# Crossbow hunting now legal in Oklahoma:



## tree md (Jul 7, 2010)

http://www.tulsaworld.com/sportsext...tid=358&articleid=20100706_29_B2_THECOM790087

Tulsa World.com Return to Story Return to Story

Crossbow good option for some hunters

by: KELLY BOSTIAN Outdoors
Tuesday, July 06, 2010
7/6/2010 7:57:39 AM

Read Kelly Bostian's blog Original Print Headline: Crossbow good option for some

THE COMING archery season will mark the first for Oklahoma in which a crossbow, previously legal only for handicapped or elderly hunters, will be a legal weapon for any hunter.

This spring, Oklahoma became the 14th state in the nation to roll crossbows into the column for legal means, and North Carolina is close to becoming No. 15.
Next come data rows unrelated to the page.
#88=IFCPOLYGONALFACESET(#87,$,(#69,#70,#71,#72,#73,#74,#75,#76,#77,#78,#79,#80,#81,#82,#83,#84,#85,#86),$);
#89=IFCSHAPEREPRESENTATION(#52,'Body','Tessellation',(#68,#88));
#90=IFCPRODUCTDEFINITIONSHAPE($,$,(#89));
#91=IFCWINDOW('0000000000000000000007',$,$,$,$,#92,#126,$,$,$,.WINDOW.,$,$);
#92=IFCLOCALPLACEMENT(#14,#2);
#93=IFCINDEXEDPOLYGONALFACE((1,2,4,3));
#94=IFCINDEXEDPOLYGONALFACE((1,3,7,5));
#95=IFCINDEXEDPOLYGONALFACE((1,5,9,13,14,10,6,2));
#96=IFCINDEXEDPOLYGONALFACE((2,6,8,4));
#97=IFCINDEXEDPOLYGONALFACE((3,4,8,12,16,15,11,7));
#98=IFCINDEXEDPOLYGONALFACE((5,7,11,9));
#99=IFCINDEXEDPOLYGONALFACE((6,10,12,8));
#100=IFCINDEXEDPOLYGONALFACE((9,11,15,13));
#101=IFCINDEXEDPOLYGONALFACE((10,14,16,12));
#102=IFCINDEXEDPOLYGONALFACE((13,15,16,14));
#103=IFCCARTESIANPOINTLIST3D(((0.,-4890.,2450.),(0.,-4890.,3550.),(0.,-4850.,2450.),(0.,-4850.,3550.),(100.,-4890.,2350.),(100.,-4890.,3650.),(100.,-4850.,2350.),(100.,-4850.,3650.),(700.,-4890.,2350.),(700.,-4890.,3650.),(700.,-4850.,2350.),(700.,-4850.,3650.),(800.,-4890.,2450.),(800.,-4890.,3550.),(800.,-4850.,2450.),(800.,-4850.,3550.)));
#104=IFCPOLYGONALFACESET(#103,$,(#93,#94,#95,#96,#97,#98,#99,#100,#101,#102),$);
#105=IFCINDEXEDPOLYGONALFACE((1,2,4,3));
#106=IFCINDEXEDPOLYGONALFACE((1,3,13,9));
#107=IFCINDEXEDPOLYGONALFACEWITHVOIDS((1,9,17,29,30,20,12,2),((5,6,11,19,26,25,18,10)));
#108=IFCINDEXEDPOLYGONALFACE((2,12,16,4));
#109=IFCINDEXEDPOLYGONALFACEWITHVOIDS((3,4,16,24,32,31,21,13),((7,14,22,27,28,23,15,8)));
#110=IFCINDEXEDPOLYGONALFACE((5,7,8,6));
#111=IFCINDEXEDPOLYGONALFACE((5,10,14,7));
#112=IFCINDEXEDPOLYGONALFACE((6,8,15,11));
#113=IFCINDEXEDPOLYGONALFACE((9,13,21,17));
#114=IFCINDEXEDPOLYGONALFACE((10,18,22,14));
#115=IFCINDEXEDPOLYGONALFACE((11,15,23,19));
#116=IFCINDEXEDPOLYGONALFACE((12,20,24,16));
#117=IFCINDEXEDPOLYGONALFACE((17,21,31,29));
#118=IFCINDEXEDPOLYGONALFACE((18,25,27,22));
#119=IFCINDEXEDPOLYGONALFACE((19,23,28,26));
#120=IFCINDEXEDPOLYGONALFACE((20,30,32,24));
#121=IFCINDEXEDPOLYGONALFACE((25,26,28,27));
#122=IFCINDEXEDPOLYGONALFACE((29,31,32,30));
Under the new Oklahoma law, crossbows can be used in any season when it is legal to use other forms of archery equipment. That means some hunters may be out there this summer looking to purchase a new crossbow for the season to come.

So what should we expect from this change? Daniel James Hendricks, CEO of the American Crossbow Federation and editor/publisher of Horizontal Bowhunter magazine, said it will have an impact, but probably a small one. He has dedicated the past 15 years of his life to the crossbow controversy.

"It's just another kind of bow and arrow," he said. "Regardless of what some people will call it, what they'll tell you, it's a short-range weapon that gives you one more way to help control the deer population and to get more people out into the woods."

Hendricks often gets inquiries from hunters new to crossbows, and the most common question arises from one of the old myths about the weapon.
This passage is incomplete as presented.